What you can do is you can use CAD software and you can either get a 3D scan of your patient or your user, and you can design an exoskeleton that will actually strap straight onto their body…or, you can do it kind of more generally, and what you can do is use the thermoformability of the plastics we use. That basically means you can heat it up and you can mold it into different shapes. We traditionally will take a 3D-printed device that could be the base of an exoskeleton, and we heat it up and mold it directly around their arms…so we get the exact shape and we get a very nice fit for them.
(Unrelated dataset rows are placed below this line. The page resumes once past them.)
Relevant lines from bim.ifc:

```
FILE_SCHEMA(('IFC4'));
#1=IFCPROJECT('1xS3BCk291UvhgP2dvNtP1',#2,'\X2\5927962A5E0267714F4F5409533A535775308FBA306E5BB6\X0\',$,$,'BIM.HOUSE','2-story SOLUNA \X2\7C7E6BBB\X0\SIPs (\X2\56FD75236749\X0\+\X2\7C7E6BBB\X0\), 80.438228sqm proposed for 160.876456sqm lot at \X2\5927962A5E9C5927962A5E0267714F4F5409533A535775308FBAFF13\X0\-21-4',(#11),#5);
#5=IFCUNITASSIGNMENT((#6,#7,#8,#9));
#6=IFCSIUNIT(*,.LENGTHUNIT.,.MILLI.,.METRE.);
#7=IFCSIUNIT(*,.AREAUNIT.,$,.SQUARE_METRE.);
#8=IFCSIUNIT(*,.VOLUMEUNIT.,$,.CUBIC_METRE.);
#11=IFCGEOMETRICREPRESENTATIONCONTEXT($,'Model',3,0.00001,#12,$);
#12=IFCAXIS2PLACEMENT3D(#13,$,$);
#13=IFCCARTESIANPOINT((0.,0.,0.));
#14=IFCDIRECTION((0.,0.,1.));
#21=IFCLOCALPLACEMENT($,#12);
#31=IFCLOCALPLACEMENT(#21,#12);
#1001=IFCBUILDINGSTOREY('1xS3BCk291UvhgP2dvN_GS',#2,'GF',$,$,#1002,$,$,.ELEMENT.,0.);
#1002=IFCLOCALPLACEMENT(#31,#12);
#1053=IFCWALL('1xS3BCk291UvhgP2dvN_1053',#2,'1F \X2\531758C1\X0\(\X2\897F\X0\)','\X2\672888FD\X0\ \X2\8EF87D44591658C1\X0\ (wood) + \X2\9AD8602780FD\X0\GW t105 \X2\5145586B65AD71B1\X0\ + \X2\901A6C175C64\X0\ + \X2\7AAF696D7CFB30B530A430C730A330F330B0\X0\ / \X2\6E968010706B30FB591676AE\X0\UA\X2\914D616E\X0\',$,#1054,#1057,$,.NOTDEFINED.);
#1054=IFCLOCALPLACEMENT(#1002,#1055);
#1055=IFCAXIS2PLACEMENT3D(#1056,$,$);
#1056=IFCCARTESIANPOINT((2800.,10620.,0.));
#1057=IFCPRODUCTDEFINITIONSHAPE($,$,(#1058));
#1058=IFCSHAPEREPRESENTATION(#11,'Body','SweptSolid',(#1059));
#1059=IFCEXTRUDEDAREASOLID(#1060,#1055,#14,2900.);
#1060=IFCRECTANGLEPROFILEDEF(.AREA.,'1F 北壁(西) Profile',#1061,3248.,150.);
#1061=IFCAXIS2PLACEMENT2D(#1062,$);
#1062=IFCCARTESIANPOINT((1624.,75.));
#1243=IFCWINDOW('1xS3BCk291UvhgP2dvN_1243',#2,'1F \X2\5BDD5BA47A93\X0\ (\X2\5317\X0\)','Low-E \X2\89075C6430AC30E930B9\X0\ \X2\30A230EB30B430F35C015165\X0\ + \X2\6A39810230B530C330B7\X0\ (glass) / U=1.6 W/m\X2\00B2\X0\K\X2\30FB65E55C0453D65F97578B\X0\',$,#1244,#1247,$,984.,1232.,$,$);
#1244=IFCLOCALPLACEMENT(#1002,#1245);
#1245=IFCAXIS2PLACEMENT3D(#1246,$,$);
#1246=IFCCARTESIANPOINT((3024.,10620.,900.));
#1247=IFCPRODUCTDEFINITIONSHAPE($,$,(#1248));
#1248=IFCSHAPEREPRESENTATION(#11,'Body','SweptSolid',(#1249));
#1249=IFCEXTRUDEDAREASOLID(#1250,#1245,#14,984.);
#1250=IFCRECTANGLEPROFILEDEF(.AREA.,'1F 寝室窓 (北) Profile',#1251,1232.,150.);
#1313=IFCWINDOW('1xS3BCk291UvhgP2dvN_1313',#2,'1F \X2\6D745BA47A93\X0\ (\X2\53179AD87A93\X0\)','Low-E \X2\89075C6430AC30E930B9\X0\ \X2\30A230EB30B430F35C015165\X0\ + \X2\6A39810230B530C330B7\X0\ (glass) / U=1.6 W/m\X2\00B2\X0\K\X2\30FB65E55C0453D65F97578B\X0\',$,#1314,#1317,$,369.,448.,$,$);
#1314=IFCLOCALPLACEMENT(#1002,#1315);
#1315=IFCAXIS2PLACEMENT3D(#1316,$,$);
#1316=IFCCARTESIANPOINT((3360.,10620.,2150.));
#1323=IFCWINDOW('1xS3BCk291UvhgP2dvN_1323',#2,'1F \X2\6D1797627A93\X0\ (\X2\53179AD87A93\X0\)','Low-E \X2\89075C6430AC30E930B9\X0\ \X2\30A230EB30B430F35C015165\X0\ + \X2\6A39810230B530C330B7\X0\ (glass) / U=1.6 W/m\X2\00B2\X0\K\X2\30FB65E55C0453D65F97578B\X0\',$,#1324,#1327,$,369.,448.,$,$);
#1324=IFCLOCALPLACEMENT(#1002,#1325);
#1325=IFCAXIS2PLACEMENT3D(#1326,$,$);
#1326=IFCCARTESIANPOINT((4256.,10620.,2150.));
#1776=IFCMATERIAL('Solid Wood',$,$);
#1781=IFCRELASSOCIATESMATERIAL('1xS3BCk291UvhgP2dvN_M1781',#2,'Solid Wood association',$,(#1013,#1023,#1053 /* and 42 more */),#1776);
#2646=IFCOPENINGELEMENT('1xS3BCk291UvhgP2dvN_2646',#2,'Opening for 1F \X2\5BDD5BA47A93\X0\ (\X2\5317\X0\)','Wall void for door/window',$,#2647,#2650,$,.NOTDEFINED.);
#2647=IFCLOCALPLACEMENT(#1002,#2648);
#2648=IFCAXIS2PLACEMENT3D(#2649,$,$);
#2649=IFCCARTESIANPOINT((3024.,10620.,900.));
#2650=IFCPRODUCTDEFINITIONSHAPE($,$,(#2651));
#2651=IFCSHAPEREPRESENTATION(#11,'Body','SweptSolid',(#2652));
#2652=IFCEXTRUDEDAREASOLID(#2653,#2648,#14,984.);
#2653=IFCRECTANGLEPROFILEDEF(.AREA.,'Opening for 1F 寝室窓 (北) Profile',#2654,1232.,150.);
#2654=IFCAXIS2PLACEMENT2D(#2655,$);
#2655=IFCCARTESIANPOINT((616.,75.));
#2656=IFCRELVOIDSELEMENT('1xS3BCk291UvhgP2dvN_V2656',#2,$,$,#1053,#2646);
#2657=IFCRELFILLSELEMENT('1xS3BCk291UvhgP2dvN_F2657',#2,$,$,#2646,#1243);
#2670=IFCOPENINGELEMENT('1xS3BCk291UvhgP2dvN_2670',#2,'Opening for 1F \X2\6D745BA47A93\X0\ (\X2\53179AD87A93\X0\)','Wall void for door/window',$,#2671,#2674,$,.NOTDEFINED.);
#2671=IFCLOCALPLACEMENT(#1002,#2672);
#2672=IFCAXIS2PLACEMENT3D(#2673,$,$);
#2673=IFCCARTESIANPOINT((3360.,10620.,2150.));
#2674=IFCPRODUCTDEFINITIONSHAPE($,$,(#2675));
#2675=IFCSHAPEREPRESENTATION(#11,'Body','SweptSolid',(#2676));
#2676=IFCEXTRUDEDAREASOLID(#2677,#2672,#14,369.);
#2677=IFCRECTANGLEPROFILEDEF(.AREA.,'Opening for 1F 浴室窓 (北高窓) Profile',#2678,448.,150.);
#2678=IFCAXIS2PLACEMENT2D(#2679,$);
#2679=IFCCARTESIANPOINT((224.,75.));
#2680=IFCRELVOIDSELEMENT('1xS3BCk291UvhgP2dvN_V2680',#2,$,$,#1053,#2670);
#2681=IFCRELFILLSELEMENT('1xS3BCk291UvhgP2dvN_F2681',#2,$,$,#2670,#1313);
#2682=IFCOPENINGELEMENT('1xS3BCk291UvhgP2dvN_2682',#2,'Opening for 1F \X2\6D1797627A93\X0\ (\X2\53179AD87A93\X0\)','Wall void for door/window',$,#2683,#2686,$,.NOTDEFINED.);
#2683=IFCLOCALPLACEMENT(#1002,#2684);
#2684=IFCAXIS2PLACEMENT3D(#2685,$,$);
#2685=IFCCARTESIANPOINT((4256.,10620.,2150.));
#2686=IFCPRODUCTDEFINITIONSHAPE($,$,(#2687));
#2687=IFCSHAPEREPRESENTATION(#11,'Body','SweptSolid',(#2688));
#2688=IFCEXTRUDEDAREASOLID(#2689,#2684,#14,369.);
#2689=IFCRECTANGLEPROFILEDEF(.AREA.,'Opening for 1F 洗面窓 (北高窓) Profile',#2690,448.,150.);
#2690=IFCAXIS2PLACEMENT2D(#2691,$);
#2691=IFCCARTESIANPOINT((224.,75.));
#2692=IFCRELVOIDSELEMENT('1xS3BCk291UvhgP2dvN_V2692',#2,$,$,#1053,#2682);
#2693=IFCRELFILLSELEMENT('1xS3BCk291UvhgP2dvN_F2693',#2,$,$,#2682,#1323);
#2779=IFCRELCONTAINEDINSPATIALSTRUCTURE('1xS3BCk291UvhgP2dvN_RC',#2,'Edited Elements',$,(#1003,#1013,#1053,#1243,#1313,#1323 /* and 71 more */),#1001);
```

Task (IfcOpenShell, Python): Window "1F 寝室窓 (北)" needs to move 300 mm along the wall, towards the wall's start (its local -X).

```python
import ifcopenshell
import ifcopenshell.api.geometry
import ifcopenshell.util.placement
import ifcopenshell.util.unit

model = ifcopenshell.open("bim.ifc")
unit_scale = ifcopenshell.util.unit.calculate_unit_scale(model)

window = model.by_id(1243)
opening = window.FillsVoids[0].RelatingOpeningElement
wall = opening.VoidsElements[0].RelatingBuildingElement

wall_matrix = ifcopenshell.util.placement.get_local_placement(wall.ObjectPlacement)
shift = wall_matrix[:3, 0] * -0.3 / unit_scale
before = ifcopenshell.util.placement.get_local_placement(window.ObjectPlacement)[:3, 3].copy()

# The window is not placed relative to its opening, so move both.
for product in (opening, window):
    matrix = ifcopenshell.util.placement.get_local_placement(product.ObjectPlacement)
    matrix[:3, 3] += shift
    ifcopenshell.api.geometry.edit_object_placement(model, product=product, matrix=matrix, is_si=False)

after = ifcopenshell.util.placement.get_local_placement(window.ObjectPlacement)[:3, 3]
print("window moved by", (after - before).round(3) + 0.0)

model.write("bim_v2.ifc")
```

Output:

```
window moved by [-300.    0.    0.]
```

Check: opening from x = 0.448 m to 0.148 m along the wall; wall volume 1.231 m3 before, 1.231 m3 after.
And then, on that exoskeleton, we can hook up a motor that supplements their motions and really helps provide a little bit of support to them if they’re struggling to get through an exercise or something like that.

What about the many applications of 3D bioprinting?
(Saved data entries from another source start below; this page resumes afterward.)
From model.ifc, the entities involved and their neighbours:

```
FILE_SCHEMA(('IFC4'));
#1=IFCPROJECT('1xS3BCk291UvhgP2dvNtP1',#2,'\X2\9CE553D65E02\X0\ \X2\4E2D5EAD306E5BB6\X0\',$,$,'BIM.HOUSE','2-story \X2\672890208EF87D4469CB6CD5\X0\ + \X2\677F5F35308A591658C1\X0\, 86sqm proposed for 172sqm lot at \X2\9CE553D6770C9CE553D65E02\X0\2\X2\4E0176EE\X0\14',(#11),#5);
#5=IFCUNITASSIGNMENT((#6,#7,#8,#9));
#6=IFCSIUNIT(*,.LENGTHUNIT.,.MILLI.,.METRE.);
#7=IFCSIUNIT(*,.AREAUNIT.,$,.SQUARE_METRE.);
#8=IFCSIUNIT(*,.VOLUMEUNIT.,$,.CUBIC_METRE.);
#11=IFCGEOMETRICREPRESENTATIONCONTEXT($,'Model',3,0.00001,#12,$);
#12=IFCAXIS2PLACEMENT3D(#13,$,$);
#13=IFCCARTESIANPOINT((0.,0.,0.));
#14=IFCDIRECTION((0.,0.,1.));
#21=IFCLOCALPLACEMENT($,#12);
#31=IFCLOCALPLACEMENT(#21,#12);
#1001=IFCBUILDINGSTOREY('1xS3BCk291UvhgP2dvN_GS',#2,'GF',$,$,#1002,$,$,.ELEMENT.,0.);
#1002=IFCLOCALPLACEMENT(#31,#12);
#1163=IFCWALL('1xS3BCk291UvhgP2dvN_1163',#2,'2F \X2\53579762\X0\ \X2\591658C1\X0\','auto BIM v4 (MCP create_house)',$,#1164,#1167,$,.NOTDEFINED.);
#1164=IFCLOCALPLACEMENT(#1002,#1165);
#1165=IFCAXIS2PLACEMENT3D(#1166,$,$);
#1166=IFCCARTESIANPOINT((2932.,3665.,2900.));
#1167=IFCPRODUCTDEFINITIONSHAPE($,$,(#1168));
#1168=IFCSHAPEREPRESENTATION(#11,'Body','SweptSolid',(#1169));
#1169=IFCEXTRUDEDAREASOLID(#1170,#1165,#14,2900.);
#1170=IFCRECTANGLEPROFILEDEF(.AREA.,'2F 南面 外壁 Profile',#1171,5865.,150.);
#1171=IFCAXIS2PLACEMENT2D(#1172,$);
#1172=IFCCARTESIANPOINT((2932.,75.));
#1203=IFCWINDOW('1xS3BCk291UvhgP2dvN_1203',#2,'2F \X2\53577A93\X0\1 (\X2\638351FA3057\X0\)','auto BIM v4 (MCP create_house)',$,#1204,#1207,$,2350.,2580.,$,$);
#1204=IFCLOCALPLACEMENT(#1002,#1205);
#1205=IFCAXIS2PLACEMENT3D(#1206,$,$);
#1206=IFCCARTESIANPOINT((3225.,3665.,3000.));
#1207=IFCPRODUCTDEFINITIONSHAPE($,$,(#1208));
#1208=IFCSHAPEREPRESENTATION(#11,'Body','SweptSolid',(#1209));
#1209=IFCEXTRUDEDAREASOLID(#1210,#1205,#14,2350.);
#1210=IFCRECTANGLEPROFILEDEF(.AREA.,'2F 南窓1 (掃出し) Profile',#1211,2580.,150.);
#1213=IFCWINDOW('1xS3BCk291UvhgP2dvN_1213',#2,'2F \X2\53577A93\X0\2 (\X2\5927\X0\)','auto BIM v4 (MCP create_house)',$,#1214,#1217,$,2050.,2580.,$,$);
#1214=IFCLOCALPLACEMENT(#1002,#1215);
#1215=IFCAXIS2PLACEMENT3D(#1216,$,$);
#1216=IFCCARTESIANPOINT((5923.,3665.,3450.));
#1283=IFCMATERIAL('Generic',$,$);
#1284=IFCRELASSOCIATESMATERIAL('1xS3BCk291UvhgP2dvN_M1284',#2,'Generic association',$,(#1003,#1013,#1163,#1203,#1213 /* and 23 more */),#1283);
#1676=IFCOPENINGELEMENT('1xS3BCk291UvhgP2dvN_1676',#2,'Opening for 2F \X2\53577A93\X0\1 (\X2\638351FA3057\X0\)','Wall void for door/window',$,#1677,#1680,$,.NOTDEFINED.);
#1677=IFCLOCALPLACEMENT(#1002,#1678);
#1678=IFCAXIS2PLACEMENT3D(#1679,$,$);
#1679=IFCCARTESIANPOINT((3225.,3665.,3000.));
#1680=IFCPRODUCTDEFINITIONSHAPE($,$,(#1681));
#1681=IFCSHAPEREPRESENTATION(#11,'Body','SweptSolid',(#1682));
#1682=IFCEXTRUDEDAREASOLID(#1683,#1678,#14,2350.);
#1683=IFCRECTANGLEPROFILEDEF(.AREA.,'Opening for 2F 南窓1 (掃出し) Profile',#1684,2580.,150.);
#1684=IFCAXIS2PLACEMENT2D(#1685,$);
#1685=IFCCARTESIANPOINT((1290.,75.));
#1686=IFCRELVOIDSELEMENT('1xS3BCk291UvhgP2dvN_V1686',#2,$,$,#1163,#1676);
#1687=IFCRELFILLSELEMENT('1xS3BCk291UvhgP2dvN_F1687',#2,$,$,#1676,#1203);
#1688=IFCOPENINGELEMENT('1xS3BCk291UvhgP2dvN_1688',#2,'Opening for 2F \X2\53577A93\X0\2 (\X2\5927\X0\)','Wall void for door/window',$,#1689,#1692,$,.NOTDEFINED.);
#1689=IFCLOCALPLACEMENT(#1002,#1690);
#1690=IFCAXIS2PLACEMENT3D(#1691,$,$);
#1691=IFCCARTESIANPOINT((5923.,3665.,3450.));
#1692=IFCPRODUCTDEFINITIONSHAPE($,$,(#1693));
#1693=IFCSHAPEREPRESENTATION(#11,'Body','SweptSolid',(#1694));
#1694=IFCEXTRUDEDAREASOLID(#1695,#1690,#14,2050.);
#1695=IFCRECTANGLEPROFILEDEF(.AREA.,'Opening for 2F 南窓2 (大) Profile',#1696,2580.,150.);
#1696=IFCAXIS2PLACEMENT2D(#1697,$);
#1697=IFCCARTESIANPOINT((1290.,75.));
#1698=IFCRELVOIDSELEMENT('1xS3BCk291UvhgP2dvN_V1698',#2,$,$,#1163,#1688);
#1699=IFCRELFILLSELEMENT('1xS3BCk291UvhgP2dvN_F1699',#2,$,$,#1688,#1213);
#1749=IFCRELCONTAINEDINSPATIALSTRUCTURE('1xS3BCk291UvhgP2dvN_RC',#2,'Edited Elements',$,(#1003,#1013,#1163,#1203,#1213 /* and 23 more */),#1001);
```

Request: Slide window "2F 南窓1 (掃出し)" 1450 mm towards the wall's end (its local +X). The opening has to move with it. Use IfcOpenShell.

```python
import ifcopenshell
import ifcopenshell.api.geometry
import ifcopenshell.util.placement
import ifcopenshell.util.unit

model = ifcopenshell.open("model.ifc")
unit_scale = ifcopenshell.util.unit.calculate_unit_scale(model)

window = model.by_guid("1xS3BCk291UvhgP2dvN_1203")
opening = window.FillsVoids[0].RelatingOpeningElement
wall = opening.VoidsElements[0].RelatingBuildingElement

wall_matrix = ifcopenshell.util.placement.get_local_placement(wall.ObjectPlacement)
shift = wall_matrix[:3, 0] * 1.45 / unit_scale
before = ifcopenshell.util.placement.get_local_placement(window.ObjectPlacement)[:3, 3].copy()

# The window is not placed relative to its opening, so move both.
for product in (opening, window):
    matrix = ifcopenshell.util.placement.get_local_placement(product.ObjectPlacement)
    matrix[:3, 3] += shift
    ifcopenshell.api.geometry.edit_object_placement(model, product=product, matrix=matrix, is_si=False)

after = ifcopenshell.util.placement.get_local_placement(window.ObjectPlacement)[:3, 3]
print("window moved by", (after - before).round(3) + 0.0)

model.write("model-out.ifc")
```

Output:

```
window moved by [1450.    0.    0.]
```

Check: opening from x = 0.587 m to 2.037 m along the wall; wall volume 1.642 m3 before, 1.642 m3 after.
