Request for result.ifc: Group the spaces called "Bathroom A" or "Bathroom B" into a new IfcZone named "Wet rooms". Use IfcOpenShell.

First a look at what the model holds.

```python
import ifcopenshell

model = ifcopenshell.open("result.ifc")
print(model.schema)
seen = {}
for space in model.by_type("IfcSpace"):
    seen[space.Name] = seen.get(space.Name, 0) + 1
for name, count in sorted(seen.items(), key=str):
    print(count, "x", name)
print("zones:", [z.Name for z in model.by_type("IfcZone")][:20])
```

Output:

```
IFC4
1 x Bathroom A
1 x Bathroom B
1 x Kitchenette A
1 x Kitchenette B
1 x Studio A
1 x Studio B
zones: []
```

```python
import ifcopenshell
import ifcopenshell.api.group
import ifcopenshell.api.root

model = ifcopenshell.open("result.ifc")

names = {"Bathroom A", "Bathroom B"}
spaces = [s for s in model.by_type("IfcSpace") if s.Name in names]

zone = ifcopenshell.api.root.create_entity(model, ifc_class="IfcZone", name="Wet rooms")
ifcopenshell.api.group.assign_group(model, products=spaces, group=zone)
print(len(spaces), "spaces in", zone.Name)

model.write("result_edited.ifc")
```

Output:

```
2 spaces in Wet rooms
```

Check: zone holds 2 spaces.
Bioprinting is a whole new space. Whereas 3D printing was pretty new about seven years ago, now it’s kind of pretty standardized. You can find 3D printers at Best Buy, Amazon, all over the place for a couple hundred dollars. Bioprinting uses the same exact principles, pretty much more or less the same exact machines. But where it gets fancy is instead of it being a hot glue gun, it’s a very fancy kind of syringe-based system where you have to worry about the materials that you’re using.

With bioprinting, for lack of a better term, we’re printing with jello. And what you do with that jello is you make sure that cells like the jello. You can infuse the jello with actual living cells, and then you can 3D print with those cells…and then you take whatever you print, and you stick it in a traditional biology lab to create whatever kind of tissue that you wanted to make. You can also do lots of other experiments – so traditionally with bioprinting, you would use this jello with cells inside of it and 3D print a general shape of an ear, if you wanted to make an ear. And then you would take that and you would stick that in an incubator or something for a couple months, and you would let the cells grow. You’d melt away the gelatin and end up with an actual ear that’s made out of cells. It’s crazy!

Other things you can do…you can do something called microfluidics. It’s called a ‘lab on a chip’…so with a microfluidic device, you 3D print super, super small structures. You use ‘bio inks,’ biocompatible things, basically jello…and you carve little channels into those little bio inks. And then, you can start putting little microchips onto this little bio ink…and you can create a lab on a chip. It’s about the size of maybe an SD card, but it’s got lots of tiny little microchannels. You can use those little microchannels and, say, you take a drop of the patient’s blood. You can take that one little drop and run it through this little lab on a chip. It can go through all these little channels into different rooms that you design onto this chip, and each one of those little rooms can test for something different. You could do a whole laboratory worth of tests on this tiny little chip with just one tiny little drop of blood, and you can do it very cheaply and very customized to anybody.

Anything else you’d like to touch on?

One of the biggest things that we’re emphasizing here, especially as we grow into our new Engineering program, is we want our students to be in the labs, in the engineering labs, building stuff every single semester. And the stuff that we’re going to have you building isn’t going to be stuff that just goes and sits in the closet somewhere.

We’re not going to have you build a drone…while that’s very cool, that drone might just go sit in the closet and nobody ever uses it. We’re going to try to have you building technologies that people can then use – so maybe you build a drone, but you build it specifically for delivery of medications in Guatemala. So then, we send it to health care providers in Guatemala so they can use that drone to deliver medicines to rural places, high-up places that they could otherwise not really travel effectively to. Your technologies that you build in your classes are going to go to help people, and then as you start doing research projects, same thing. You’re just going to keep kicking it up a level every single year.